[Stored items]

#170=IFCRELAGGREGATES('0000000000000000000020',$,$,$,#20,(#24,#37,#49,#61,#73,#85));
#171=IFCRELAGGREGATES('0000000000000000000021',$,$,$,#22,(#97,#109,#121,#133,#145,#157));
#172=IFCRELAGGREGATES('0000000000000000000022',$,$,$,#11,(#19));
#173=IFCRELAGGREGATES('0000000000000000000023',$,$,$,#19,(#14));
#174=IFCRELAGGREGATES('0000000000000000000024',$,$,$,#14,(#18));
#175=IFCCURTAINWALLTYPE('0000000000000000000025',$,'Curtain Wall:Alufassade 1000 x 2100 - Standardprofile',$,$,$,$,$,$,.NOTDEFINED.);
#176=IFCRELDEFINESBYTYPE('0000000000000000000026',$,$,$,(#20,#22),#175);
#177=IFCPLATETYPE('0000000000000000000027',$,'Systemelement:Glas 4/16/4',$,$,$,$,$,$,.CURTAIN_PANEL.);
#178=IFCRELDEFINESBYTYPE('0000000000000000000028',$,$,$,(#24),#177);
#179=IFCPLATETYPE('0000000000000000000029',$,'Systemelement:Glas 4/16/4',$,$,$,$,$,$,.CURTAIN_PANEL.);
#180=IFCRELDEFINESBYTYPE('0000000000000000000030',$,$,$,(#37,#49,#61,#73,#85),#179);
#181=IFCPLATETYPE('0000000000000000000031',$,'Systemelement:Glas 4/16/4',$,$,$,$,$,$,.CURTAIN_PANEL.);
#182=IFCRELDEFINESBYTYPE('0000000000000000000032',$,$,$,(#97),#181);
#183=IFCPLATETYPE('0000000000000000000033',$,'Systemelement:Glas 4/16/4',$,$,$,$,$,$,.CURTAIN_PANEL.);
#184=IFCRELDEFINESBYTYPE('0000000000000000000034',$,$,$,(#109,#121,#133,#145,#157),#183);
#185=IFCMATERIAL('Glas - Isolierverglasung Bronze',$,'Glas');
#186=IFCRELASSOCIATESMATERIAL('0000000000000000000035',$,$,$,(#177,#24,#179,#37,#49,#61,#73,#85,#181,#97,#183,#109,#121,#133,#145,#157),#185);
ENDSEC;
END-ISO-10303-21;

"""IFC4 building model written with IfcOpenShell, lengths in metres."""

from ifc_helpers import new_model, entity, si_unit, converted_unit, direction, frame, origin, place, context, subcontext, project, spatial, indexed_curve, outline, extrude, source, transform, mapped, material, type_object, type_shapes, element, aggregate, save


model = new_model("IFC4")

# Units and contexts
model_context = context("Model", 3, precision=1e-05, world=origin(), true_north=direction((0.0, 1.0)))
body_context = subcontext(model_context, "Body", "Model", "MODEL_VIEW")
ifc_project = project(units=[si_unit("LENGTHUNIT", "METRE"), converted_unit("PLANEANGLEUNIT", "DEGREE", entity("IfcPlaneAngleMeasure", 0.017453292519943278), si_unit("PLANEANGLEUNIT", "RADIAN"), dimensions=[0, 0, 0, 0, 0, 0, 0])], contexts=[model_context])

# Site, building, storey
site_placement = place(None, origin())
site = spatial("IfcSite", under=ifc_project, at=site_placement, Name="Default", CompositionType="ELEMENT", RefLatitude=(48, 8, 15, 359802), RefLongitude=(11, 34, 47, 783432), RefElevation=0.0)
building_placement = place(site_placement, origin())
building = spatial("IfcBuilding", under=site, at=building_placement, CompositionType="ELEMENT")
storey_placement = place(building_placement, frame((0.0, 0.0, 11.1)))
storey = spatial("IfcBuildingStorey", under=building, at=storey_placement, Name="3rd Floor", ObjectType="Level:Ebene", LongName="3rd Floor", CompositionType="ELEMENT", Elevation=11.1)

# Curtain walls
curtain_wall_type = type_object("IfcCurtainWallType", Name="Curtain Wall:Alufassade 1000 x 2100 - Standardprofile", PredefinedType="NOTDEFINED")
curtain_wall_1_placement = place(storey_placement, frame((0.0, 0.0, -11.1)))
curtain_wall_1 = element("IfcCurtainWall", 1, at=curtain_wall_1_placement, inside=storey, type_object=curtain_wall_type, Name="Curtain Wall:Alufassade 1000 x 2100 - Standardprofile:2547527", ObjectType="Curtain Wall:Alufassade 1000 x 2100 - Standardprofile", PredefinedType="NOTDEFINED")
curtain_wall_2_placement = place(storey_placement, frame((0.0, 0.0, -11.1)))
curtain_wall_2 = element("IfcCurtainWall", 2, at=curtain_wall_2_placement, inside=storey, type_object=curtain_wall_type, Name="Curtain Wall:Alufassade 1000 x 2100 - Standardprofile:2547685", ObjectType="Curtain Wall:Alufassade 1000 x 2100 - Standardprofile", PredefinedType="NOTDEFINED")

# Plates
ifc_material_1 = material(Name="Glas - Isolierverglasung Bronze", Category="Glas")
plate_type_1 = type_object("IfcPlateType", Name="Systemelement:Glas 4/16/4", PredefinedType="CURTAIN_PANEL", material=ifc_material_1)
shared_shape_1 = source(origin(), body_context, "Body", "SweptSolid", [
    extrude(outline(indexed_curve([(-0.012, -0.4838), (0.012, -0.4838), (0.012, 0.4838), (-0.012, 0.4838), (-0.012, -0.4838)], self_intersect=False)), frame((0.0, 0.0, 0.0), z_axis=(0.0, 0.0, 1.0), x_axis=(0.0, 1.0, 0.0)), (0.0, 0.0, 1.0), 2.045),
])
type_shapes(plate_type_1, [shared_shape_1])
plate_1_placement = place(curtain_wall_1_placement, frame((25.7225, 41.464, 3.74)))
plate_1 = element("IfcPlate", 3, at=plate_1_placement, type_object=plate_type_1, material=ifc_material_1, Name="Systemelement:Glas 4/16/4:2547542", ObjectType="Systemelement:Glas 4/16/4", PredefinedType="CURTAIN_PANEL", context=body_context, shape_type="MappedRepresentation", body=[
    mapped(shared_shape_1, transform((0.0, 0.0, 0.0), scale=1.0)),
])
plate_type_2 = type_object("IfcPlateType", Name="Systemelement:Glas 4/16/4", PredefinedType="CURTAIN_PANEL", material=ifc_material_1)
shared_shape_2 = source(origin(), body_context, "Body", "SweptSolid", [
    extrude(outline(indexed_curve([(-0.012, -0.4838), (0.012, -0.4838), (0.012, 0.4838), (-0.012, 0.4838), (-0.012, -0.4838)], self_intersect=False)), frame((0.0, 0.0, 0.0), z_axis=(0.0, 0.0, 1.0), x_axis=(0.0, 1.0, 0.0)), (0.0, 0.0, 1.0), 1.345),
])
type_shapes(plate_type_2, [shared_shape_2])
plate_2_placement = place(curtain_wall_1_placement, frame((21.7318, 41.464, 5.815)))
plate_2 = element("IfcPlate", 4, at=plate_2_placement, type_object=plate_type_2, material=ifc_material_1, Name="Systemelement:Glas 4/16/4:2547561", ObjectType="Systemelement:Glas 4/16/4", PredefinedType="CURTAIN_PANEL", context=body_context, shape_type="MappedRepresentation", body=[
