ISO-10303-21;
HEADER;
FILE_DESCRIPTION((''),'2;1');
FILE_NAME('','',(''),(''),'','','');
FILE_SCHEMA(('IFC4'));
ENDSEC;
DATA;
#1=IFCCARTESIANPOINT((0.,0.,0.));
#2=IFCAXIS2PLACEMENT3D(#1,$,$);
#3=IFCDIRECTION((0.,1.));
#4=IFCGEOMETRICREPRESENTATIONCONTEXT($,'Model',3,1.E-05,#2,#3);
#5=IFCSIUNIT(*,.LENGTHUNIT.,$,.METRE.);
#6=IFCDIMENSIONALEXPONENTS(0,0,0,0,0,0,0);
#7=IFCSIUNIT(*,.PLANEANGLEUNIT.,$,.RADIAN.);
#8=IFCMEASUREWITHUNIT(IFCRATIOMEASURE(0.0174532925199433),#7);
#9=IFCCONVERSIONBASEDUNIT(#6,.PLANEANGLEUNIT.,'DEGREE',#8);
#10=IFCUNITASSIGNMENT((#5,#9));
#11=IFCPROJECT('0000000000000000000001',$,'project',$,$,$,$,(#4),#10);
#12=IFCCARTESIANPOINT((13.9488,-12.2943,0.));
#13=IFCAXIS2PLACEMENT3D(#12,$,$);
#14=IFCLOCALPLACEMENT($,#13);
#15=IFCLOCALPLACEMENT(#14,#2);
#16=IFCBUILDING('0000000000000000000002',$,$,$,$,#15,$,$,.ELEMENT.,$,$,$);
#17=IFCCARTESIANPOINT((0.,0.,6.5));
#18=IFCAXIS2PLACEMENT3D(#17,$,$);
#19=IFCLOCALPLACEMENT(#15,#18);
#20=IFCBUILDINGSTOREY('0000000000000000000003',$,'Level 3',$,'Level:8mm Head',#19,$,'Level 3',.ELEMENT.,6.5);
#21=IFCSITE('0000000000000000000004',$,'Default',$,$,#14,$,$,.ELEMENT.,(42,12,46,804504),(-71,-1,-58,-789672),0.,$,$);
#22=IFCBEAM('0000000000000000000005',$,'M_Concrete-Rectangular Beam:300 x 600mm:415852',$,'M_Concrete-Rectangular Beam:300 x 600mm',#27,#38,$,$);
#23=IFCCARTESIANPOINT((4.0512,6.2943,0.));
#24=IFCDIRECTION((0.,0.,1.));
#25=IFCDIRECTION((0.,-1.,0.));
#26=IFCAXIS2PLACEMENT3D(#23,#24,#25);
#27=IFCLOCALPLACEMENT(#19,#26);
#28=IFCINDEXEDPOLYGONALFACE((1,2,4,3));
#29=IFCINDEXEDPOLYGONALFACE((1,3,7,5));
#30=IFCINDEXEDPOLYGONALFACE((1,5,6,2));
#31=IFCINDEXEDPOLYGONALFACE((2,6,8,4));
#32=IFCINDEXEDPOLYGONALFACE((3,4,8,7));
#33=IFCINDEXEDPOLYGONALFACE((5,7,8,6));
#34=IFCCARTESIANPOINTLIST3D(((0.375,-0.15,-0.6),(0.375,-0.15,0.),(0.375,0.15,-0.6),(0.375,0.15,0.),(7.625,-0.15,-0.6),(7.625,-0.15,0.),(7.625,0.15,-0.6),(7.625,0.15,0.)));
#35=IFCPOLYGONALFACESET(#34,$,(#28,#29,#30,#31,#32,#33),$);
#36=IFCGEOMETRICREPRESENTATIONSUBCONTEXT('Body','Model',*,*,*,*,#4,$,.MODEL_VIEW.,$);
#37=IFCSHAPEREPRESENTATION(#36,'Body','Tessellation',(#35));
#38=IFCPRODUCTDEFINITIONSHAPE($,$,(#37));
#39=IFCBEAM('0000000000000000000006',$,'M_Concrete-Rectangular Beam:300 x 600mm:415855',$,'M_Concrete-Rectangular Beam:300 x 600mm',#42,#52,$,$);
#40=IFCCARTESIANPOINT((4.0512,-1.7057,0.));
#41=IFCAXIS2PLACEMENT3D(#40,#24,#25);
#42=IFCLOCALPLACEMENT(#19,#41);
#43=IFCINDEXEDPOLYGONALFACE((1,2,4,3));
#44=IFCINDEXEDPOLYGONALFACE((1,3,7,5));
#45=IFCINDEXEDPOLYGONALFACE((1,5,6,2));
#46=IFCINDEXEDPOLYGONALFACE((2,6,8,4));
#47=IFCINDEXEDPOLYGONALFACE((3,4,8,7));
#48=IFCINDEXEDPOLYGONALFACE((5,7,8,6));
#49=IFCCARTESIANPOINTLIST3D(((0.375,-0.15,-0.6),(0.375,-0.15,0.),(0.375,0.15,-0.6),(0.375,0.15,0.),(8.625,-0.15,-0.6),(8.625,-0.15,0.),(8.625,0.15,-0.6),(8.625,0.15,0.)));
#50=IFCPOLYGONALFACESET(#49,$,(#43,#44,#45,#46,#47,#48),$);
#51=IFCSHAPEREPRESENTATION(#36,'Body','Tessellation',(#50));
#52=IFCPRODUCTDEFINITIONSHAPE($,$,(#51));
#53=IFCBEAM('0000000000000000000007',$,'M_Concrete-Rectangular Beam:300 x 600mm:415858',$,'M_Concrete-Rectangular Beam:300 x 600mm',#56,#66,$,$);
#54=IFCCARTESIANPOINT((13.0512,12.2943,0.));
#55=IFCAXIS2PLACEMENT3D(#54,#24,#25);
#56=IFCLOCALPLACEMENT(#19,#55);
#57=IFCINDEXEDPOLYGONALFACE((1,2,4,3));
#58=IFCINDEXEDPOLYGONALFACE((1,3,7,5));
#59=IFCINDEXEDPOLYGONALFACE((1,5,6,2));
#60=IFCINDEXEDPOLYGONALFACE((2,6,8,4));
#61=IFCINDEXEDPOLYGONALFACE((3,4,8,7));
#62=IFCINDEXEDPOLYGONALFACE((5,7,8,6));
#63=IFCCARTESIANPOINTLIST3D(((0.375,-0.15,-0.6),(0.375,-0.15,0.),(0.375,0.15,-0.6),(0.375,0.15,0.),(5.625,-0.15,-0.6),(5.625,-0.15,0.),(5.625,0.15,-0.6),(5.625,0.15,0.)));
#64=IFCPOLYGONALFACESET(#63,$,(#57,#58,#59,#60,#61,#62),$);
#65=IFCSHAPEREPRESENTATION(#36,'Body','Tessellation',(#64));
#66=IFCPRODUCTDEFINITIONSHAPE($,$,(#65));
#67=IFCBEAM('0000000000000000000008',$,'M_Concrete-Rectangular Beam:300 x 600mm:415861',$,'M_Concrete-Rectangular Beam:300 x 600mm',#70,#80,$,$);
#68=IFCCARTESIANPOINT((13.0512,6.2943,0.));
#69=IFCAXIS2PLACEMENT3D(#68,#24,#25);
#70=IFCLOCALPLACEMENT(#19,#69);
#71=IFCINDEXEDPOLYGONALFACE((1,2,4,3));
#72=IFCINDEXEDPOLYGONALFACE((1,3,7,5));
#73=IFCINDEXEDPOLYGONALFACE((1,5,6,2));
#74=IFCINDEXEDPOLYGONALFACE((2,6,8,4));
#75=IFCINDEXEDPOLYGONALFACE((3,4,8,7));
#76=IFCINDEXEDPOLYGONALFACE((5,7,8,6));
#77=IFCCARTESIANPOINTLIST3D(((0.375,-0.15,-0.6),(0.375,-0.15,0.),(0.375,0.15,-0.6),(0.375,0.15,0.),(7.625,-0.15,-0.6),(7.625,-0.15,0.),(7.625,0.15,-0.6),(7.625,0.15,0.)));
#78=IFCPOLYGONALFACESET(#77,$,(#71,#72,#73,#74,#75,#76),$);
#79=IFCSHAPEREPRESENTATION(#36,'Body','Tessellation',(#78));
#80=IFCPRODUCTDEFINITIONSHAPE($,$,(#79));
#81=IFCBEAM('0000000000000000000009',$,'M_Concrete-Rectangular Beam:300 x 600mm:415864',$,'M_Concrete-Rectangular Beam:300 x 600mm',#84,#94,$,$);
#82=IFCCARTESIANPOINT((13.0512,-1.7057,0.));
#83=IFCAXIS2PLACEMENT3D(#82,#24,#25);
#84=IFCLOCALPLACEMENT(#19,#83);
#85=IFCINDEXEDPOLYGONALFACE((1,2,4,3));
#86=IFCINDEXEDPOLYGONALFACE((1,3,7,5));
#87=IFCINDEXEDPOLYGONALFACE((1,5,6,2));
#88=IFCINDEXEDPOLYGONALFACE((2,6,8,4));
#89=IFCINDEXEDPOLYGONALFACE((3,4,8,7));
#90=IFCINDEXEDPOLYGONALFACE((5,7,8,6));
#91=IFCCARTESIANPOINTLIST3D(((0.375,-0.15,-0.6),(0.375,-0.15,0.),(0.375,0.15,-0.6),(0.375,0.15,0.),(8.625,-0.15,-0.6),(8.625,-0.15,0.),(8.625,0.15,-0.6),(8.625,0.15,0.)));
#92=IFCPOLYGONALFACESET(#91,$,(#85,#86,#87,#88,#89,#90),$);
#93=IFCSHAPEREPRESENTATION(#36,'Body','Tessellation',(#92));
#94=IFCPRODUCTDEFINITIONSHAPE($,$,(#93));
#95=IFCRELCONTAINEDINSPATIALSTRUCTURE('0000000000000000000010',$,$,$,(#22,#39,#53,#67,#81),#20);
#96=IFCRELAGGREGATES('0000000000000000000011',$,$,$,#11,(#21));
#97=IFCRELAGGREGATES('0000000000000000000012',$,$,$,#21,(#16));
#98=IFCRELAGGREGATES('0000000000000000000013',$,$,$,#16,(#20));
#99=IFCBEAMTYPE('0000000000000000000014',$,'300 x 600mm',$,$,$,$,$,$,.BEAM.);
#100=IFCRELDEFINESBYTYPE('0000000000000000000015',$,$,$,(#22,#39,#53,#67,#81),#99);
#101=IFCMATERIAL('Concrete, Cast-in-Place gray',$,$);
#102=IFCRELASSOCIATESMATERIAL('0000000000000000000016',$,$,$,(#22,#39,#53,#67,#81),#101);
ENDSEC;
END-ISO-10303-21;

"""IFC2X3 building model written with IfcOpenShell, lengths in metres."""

from ifc_helpers import new_model, entity, si_unit, converted_unit, direction, frame, frame_2d, origin, origin_2d_with_axis, place, context, subcontext, project, spatial, rectangle, extrude, material, type_object, element, save


model = new_model("IFC2X3")

# Units and contexts
model_context = context("Model", 3, precision=1e-05, world=origin(), true_north=direction((0.0, 1.0)))
body_context = subcontext(model_context, "Body", "Model", "MODEL_VIEW")
ifc_project = project(units=[si_unit("LENGTHUNIT", "METRE"), converted_unit("PLANEANGLEUNIT", "DEGREE", entity("IfcRatioMeasure", 0.0174532925199433), si_unit("PLANEANGLEUNIT", "RADIAN"), dimensions=[0, 0, 0, 0, 0, 0, 0])], contexts=[model_context])

# Site, building, storey
site_placement = place(None, frame((13.9488, -12.2943, 0.0)))
site = spatial("IfcSite", under=ifc_project, at=site_placement, Name="Default", CompositionType="ELEMENT", RefLatitude=(42, 12, 46, 804504), RefLongitude=(-71, -1, -58, -789672), RefElevation=0.0)
building_placement = place(site_placement, origin())
building = spatial("IfcBuilding", under=site, at=building_placement, CompositionType="ELEMENT")
storey_placement = place(building_placement, frame((0.0, 0.0, 6.5)))
storey = spatial("IfcBuildingStorey", under=building, at=storey_placement, Name="Level 3", ObjectType="Level:8mm Head", LongName="Level 3", CompositionType="ELEMENT", Elevation=6.5)

# Shared definitions
ifc_material = material(Name="Concrete, Cast-in-Place gray")

# Beams
beam_type_1 = type_object("IfcBeamType", Name="300 x 600mm", PredefinedType="BEAM")
beam_1_placement = place(storey_placement, frame((4.0512, 6.2943, 0.0), z_axis=(0.0, 0.0, 1.0), x_axis=(0.0, -1.0, 0.0)))
element("IfcBeam", 1, at=beam_1_placement, inside=storey, type_object=beam_type_1, material=ifc_material, Name="M_Concrete-Rectangular Beam:300 x 600mm:415852", ObjectType="M_Concrete-Rectangular Beam:300 x 600mm", context=body_context, shape_type="SweptSolid", body=[
    extrude(rectangle(XDim=0.6, YDim=0.3, at=frame_2d((0.0, 0.0), x_axis=(1.0, 0.0))), frame((0.375, 0.0, -0.3), z_axis=(1.0, 0.0, 0.0), x_axis=(0.0, 0.0, -1.0)), (0.0, 0.0, 1.0), 7.25),
])
beam_2_placement = place(storey_placement, frame((4.0512, -1.7057, 0.0), z_axis=(0.0, 0.0, 1.0), x_axis=(0.0, -1.0, 0.0)))
element("IfcBeam", 2, at=beam_2_placement, inside=storey, type_object=beam_type_1, material=ifc_material, Name="M_Concrete-Rectangular Beam:300 x 600mm:415855", ObjectType="M_Concrete-Rectangular Beam:300 x 600mm", context=body_context, shape_type="SweptSolid", body=[
    extrude(rectangle(XDim=0.6, YDim=0.3, at=frame_2d((0.0, 0.0), x_axis=(1.0, 0.0))), frame((0.375, 0.0, -0.3), z_axis=(1.0, 0.0, 0.0), x_axis=(0.0, 0.0, -1.0)), (0.0, 0.0, 1.0), 8.25),
])
beam_3_placement = place(storey_placement, frame((13.0512, 12.2943, 0.0), z_axis=(0.0, 0.0, 1.0), x_axis=(0.0, -1.0, 0.0)))
element("IfcBeam", 3, at=beam_3_placement, inside=storey, type_object=beam_type_1, material=ifc_material, Name="M_Concrete-Rectangular Beam:300 x 600mm:415858", ObjectType="M_Concrete-Rectangular Beam:300 x 600mm", context=body_context, shape_type="SweptSolid", body=[
    extrude(rectangle(XDim=0.6, YDim=0.3, at=origin_2d_with_axis()), frame((0.375, 0.0, -0.3), z_axis=(1.0, 0.0, 0.0), x_axis=(0.0, 0.0, -1.0)), (0.0, 0.0, 1.0), 5.25),
])
beam_4_placement = place(storey_placement, frame((13.0512, 6.2943, 0.0), z_axis=(0.0, 0.0, 1.0), x_axis=(0.0, -1.0, 0.0)))
element("IfcBeam", 4, at=beam_4_placement, inside=storey, type_object=beam_type_1, material=ifc_material, Name="M_Concrete-Rectangular Beam:300 x 600mm:415861", ObjectType="M_Concrete-Rectangular Beam:300 x 600mm", context=body_context, shape_type="SweptSolid", body=[
    extrude(rectangle(XDim=0.6, YDim=0.3, at=frame_2d((0.0, 0.0), x_axis=(1.0, 0.0))), frame((0.375, 0.0, -0.3), z_axis=(1.0, 0.0, 0.0), x_axis=(0.0, 0.0, -1.0)), (0.0, 0.0, 1.0), 7.25),
])
beam_5_placement = place(storey_placement, frame((13.0512, -1.7057, 0.0), z_axis=(0.0, 0.0, 1.0), x_axis=(0.0, -1.0, 0.0)))
element("IfcBeam", 5, at=beam_5_placement, inside=storey, type_object=beam_type_1, material=ifc_material, Name="M_Concrete-Rectangular Beam:300 x 600mm:415864", ObjectType="M_Concrete-Rectangular Beam:300 x 600mm", context=body_context, shape_type="SweptSolid", body=[
    extrude(rectangle(XDim=0.6, YDim=0.3, at=frame_2d((0.0, 0.0), x_axis=(1.0, 0.0))), frame((0.375, 0.0, -0.3), z_axis=(1.0, 0.0, 0.0), x_axis=(0.0, 0.0, -1.0)), (0.0, 0.0, 1.0), 8.25),
])

save(model, "model.ifc")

### To do
Beginning at the line with "frame((21.7318, 41.464, 5.815)))" and ending at the line with "#14=IFCLOCALPLACEMENT($,#13);", reproduce each line of the data above exactly, and add no other lines.

### Completed task
plate_2_placement = place(curtain_wall_1_placement, frame((21.7318, 41.464, 5.815)))
plate_2 = element("IfcPlate", 4, at=plate_2_placement, type_object=plate_type_2, material=ifc_material_1, Name="Systemelement:Glas 4/16/4:2547561", ObjectType="Systemelement:Glas 4/16/4", PredefinedType="CURTAIN_PANEL", context=body_context, shape_type="MappedRepresentation", body=[
ISO-10303-21;
HEADER;
FILE_DESCRIPTION((''),'2;1');
FILE_NAME('','',(''),(''),'','','');
FILE_SCHEMA(('IFC4'));
ENDSEC;
DATA;
#1=IFCCARTESIANPOINT((0.,0.,0.));
#2=IFCAXIS2PLACEMENT3D(#1,$,$);
#3=IFCDIRECTION((0.,1.));
#4=IFCGEOMETRICREPRESENTATIONCONTEXT($,'Model',3,1.E-05,#2,#3);
#5=IFCSIUNIT(*,.LENGTHUNIT.,$,.METRE.);
#6=IFCDIMENSIONALEXPONENTS(0,0,0,0,0,0,0);
#7=IFCSIUNIT(*,.PLANEANGLEUNIT.,$,.RADIAN.);
#8=IFCMEASUREWITHUNIT(IFCRATIOMEASURE(0.0174532925199433),#7);
#9=IFCCONVERSIONBASEDUNIT(#6,.PLANEANGLEUNIT.,'DEGREE',#8);
#10=IFCUNITASSIGNMENT((#5,#9));
#11=IFCPROJECT('0000000000000000000001',$,'project',$,$,$,$,(#4),#10);
#12=IFCCARTESIANPOINT((13.9488,-12.2943,0.));
#13=IFCAXIS2PLACEMENT3D(#12,$,$);
#14=IFCLOCALPLACEMENT($,#13);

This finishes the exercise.